# Implicit baseline
Более подробно [почитать](https://github.com/benfred/implicit) про библиотеку

In [225]:
import os
import pickle
import scipy
import pandas as pd
import numpy as np
import implicit

from tqdm import tqdm_notebook

In [220]:
# add zeros to k items length
def add_to_k(lst, k):
    return lst + [0] * max(k - len(lst), 0)

# precision at k
def precision_at_k(r_true_arr, k):
    return np.sum(r_true_arr[:k]) / k


# average precision at k
def average_precision_at_k(r_true_arr, k):
    apk = 0
    for n in range(0, k):
        apk += precision_at_k(r_true_arr, n + 1) * r_true_arr[n]
    if np.sum(r_true_arr[:k]) != 0:
        return (apk) / k
    else:
        return 0


# average normed precision at k
def average_normed_precision_at_k(r_true_arr, k, n_true):
    apk = 0
    apk_ideal = n_true / k
    
    for n in range(0, k):
        apk += precision_at_k(r_true_arr, n + 1) * r_true_arr[n]
    if np.sum(r_true_arr[:k]) != 0:
        return ((apk) / k) / apk_ideal
    else:
        return 0

In [None]:
def enumerated_dict(values):
    enum_dict = {}
    reverse_dict = {}
    
    for n, value in enumerate(values):
        enum_dict[value] = n
        reverse_dict[n] = value
        
    return enum_dict, reverse_dict


def predict_user(model, user_id, products, product_dict, reverse_product_dict, matrix_shape):
    enum_clients = np.zeros(len(products))
    enum_products = np.array([product_dict[product] for product in products])

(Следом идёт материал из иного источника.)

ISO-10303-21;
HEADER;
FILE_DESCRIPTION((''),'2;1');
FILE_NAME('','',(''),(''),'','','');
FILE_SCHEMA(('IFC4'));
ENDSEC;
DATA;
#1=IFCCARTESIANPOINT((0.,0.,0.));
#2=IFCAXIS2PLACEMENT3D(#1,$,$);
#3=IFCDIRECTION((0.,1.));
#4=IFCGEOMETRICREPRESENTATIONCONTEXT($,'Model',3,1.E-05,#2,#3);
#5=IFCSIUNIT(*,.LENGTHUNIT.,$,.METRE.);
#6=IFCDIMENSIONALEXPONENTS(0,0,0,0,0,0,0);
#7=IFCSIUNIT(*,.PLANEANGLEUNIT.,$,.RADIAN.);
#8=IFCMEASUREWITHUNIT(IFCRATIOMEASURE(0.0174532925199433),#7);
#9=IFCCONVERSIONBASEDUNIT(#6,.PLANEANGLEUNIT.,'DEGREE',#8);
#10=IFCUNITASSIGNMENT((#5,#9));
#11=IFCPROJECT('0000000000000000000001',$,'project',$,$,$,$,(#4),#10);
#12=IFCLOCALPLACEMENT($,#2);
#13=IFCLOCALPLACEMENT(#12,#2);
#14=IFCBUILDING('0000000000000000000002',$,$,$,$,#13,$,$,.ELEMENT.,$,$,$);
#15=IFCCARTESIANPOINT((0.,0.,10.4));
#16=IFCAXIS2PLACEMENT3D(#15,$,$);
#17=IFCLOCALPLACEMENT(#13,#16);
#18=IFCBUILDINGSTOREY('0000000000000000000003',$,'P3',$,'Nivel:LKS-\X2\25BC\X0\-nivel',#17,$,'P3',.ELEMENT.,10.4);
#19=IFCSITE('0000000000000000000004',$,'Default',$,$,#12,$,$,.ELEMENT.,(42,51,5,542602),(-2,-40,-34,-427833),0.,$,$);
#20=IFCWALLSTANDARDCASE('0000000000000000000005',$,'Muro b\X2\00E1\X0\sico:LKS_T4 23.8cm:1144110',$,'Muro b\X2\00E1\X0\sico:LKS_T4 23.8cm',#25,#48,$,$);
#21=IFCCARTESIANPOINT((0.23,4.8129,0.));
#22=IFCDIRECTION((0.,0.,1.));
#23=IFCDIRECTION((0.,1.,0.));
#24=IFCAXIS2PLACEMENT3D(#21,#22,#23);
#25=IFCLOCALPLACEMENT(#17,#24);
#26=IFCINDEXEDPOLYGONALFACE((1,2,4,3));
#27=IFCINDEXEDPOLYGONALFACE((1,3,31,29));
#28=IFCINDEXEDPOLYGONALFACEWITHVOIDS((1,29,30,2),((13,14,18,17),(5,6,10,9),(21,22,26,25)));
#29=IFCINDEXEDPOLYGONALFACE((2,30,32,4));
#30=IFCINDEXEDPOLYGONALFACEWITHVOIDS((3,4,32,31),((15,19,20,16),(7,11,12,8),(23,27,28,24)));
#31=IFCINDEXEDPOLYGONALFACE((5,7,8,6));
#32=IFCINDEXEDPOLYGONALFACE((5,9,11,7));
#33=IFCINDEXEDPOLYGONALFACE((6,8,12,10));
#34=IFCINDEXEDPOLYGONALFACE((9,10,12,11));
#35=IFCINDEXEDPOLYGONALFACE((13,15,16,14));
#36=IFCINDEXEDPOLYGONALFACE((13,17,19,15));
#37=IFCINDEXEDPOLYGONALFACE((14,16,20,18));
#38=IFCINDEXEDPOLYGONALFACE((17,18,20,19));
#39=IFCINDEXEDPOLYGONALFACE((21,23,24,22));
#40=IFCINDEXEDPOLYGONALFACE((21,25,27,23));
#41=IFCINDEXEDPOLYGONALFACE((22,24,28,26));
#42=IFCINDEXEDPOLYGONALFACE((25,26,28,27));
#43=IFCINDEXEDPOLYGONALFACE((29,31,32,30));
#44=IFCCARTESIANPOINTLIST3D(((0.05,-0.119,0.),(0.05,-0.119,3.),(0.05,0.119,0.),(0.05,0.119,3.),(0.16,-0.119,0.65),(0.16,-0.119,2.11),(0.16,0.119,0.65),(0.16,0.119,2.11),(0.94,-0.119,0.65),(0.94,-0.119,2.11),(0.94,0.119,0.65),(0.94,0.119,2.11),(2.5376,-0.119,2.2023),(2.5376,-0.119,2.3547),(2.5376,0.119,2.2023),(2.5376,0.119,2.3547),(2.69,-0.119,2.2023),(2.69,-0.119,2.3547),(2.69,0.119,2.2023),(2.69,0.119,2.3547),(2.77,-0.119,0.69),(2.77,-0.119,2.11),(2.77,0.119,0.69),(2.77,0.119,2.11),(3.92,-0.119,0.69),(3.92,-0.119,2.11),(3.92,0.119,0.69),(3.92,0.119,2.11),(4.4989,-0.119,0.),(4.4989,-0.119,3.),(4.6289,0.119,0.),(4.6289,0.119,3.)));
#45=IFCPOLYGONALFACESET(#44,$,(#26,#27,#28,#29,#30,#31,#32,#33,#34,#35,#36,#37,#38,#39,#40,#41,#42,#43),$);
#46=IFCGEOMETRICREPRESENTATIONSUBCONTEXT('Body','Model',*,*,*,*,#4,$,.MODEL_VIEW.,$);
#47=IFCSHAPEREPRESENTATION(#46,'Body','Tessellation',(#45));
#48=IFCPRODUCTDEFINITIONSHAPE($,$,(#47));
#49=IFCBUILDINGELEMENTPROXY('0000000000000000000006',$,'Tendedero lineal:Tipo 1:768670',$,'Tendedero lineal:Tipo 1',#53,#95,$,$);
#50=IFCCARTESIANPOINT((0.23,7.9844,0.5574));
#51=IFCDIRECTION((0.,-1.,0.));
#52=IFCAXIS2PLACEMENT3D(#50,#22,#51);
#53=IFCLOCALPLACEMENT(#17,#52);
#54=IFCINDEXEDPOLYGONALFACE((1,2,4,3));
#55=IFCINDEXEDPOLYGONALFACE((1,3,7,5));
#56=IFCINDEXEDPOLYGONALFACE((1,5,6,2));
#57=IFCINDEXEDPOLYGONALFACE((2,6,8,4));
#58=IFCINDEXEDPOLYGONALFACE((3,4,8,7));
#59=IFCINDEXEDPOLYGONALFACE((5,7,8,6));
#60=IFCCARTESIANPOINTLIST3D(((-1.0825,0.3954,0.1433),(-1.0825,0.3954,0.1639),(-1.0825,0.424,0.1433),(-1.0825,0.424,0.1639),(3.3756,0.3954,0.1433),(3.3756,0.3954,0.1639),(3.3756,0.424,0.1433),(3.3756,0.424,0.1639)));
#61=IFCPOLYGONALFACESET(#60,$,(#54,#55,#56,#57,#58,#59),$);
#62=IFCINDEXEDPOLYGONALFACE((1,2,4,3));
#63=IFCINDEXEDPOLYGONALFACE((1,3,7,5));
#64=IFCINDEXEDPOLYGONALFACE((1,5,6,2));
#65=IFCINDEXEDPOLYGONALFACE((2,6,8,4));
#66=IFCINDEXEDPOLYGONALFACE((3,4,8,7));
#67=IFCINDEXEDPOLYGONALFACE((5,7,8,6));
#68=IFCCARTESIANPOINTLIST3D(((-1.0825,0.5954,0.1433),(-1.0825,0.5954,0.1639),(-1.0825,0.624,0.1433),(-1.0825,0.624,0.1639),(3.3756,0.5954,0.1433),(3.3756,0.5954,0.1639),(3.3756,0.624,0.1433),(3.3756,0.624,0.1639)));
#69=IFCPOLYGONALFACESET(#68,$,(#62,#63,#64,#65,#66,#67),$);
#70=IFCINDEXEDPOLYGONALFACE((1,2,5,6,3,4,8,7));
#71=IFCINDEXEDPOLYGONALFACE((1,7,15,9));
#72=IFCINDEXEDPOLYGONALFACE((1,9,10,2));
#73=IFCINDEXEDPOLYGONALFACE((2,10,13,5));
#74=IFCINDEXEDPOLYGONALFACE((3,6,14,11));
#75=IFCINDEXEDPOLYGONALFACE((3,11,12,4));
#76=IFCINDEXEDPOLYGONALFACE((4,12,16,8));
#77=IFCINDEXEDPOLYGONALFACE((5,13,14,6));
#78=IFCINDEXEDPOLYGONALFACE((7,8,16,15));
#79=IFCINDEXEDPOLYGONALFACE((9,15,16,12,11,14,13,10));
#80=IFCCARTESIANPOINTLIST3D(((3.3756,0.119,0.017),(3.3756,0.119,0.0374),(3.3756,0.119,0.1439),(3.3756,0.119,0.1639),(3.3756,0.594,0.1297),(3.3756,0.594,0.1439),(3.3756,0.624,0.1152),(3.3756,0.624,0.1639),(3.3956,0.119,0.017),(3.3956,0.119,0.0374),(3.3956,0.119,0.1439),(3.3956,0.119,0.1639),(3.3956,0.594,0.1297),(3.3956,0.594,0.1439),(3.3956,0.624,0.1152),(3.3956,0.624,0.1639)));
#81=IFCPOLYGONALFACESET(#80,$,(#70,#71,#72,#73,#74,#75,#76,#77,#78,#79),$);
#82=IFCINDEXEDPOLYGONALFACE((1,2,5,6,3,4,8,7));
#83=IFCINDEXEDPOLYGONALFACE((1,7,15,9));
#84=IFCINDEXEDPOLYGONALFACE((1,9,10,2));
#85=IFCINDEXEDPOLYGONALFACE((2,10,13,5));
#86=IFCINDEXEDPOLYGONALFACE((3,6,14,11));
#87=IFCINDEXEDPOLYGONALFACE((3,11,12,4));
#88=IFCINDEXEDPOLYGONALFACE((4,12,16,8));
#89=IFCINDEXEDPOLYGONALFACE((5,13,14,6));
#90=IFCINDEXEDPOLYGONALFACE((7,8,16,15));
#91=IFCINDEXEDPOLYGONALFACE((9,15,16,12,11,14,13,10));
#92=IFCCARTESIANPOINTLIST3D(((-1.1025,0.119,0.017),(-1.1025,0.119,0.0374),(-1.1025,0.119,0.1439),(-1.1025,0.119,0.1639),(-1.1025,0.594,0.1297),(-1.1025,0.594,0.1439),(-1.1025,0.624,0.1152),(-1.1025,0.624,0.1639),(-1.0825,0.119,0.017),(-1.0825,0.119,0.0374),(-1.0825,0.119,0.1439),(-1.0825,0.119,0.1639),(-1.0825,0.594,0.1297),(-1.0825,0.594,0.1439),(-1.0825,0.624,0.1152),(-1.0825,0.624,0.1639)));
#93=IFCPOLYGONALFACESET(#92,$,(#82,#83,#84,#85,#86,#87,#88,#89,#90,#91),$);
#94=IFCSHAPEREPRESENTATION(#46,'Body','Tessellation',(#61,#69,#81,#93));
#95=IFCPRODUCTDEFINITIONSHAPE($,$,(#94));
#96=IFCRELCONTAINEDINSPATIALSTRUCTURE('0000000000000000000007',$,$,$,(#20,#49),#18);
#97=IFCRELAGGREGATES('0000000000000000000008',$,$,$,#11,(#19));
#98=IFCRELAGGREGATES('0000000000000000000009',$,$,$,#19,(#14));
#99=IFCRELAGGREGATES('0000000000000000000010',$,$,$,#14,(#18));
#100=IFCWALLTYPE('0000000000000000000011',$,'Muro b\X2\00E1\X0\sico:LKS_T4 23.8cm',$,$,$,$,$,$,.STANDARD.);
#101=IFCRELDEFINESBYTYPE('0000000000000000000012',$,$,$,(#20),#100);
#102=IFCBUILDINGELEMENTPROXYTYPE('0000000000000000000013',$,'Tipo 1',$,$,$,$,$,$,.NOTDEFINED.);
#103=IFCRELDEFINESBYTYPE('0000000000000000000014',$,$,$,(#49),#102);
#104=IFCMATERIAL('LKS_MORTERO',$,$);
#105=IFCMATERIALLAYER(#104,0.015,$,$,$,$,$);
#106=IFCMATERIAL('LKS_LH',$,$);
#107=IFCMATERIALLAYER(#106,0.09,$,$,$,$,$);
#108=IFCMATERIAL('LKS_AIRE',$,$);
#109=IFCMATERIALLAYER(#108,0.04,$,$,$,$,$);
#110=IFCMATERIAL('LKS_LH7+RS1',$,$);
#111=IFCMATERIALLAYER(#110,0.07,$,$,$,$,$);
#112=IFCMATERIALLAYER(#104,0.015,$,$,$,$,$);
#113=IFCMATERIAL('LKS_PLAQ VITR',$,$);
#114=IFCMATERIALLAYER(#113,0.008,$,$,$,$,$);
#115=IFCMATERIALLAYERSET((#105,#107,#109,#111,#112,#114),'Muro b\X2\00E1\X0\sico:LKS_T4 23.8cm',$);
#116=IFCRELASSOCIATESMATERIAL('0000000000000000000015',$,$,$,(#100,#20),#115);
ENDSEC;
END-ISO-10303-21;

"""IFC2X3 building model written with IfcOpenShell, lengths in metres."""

from ifc_helpers import new_model, entity, si_unit, converted_unit, direction, frame, frame_2d, origin, origin_2d_with_axis, place, context, subcontext, project, spatial, polyline, rectangle, outline, extrude, source, transform, mapped, material, layer, layer_set, layer_usage, type_object, type_shapes, element, save


model = new_model("IFC2X3")

# Units and contexts
model_context = context("Model", 3, precision=1e-05, world=origin(), true_north=direction((0.0, 1.0)))
body_context = subcontext(model_context, "Body", "Model", "MODEL_VIEW")
ifc_project = project(units=[si_unit("LENGTHUNIT", "METRE"), converted_unit("PLANEANGLEUNIT", "DEGREE", entity("IfcRatioMeasure", 0.0174532925199433), si_unit("PLANEANGLEUNIT", "RADIAN"), dimensions=[0, 0, 0, 0, 0, 0, 0])], contexts=[model_context])

# Site, building, storey
site_placement = place(None, origin())
site = spatial("IfcSite", under=ifc_project, at=site_placement, Name="Default", CompositionType="ELEMENT", RefLatitude=(42, 51, 5, 542602), RefLongitude=(-2, -40, -34, -427833), RefElevation=0.0)
building_placement = place(site_placement, origin())
building = spatial("IfcBuilding", under=site, at=building_placement, CompositionType="ELEMENT")
storey_placement = place(building_placement, frame((0.0, 0.0, 10.4)))
storey = spatial("IfcBuildingStorey", under=building, at=storey_placement, Name="P3", ObjectType="Nivel:LKS-▼-nivel", LongName="P3", CompositionType="ELEMENT", Elevation=10.4)

# Shared definitions
ifc_material_1 = material(Name="LKS_MORTERO")
ifc_material_2 = material(Name="LKS_PLAQ VITR")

    sparse_matrix = scipy.sparse.csr_matrix((np.ones(shape=(len(enum_clients))), 
                                             (enum_clients, enum_products)), 
                                            shape=matrix_shape)
    
    rec = model.recommend(0, sparse_matrix, N=30, recalculate_user=True,
                     filter_already_liked_items=False)
    
    return [[user_id, reverse_product_dict[r[0]]] for r in rec]

In [3]:
df_purchases = pd.read_csv("../retailhero-uplift/data/purchases.csv")

In [132]:
# выберем только пользователей с более, чем одной транзакцией
transactions_cnt = df_purchases\
                    .groupby(by=["client_id"])["transaction_id"]\
                    .count()\
                    .reset_index()

multi_trans_users = transactions_cnt[transactions_cnt["transaction_id"] > 1]["client_id"]

In [173]:
test_users = np.random.choice(multi_trans_users, 1000)

In [174]:
train, test = df_purchases[~df_purchases["client_id"].isin(test_users)], \
              df_purchases[df_purchases["client_id"].isin(test_users)]

In [175]:
last_transactions = test.drop_duplicates(subset="client_id", keep="last")["transaction_id"]
test_data = test[~test["transaction_id"].isin(last_transactions)]
test_validation = test[test["transaction_id"].isin(last_transactions)]

In [176]:
# клиенты только из train, а продукты из всего набора данных
client_dict, reverse_client_dict = enumerated_dict(df_purchases["client_id"].unique())
product_dict, reverse_product_dict = enumerated_dict(df_purchases["product_id"].unique())

In [177]:
# Определим размер матрицы
matrix_shape = (max(reverse_client_dict.keys()) + 1, max(reverse_product_dict.keys()) + 1)

In [264]:
enum_clients = np.array([client_dict[client] for client in train["client_id"]])
enum_products = np.array([product_dict[product] for product in train["product_id"]])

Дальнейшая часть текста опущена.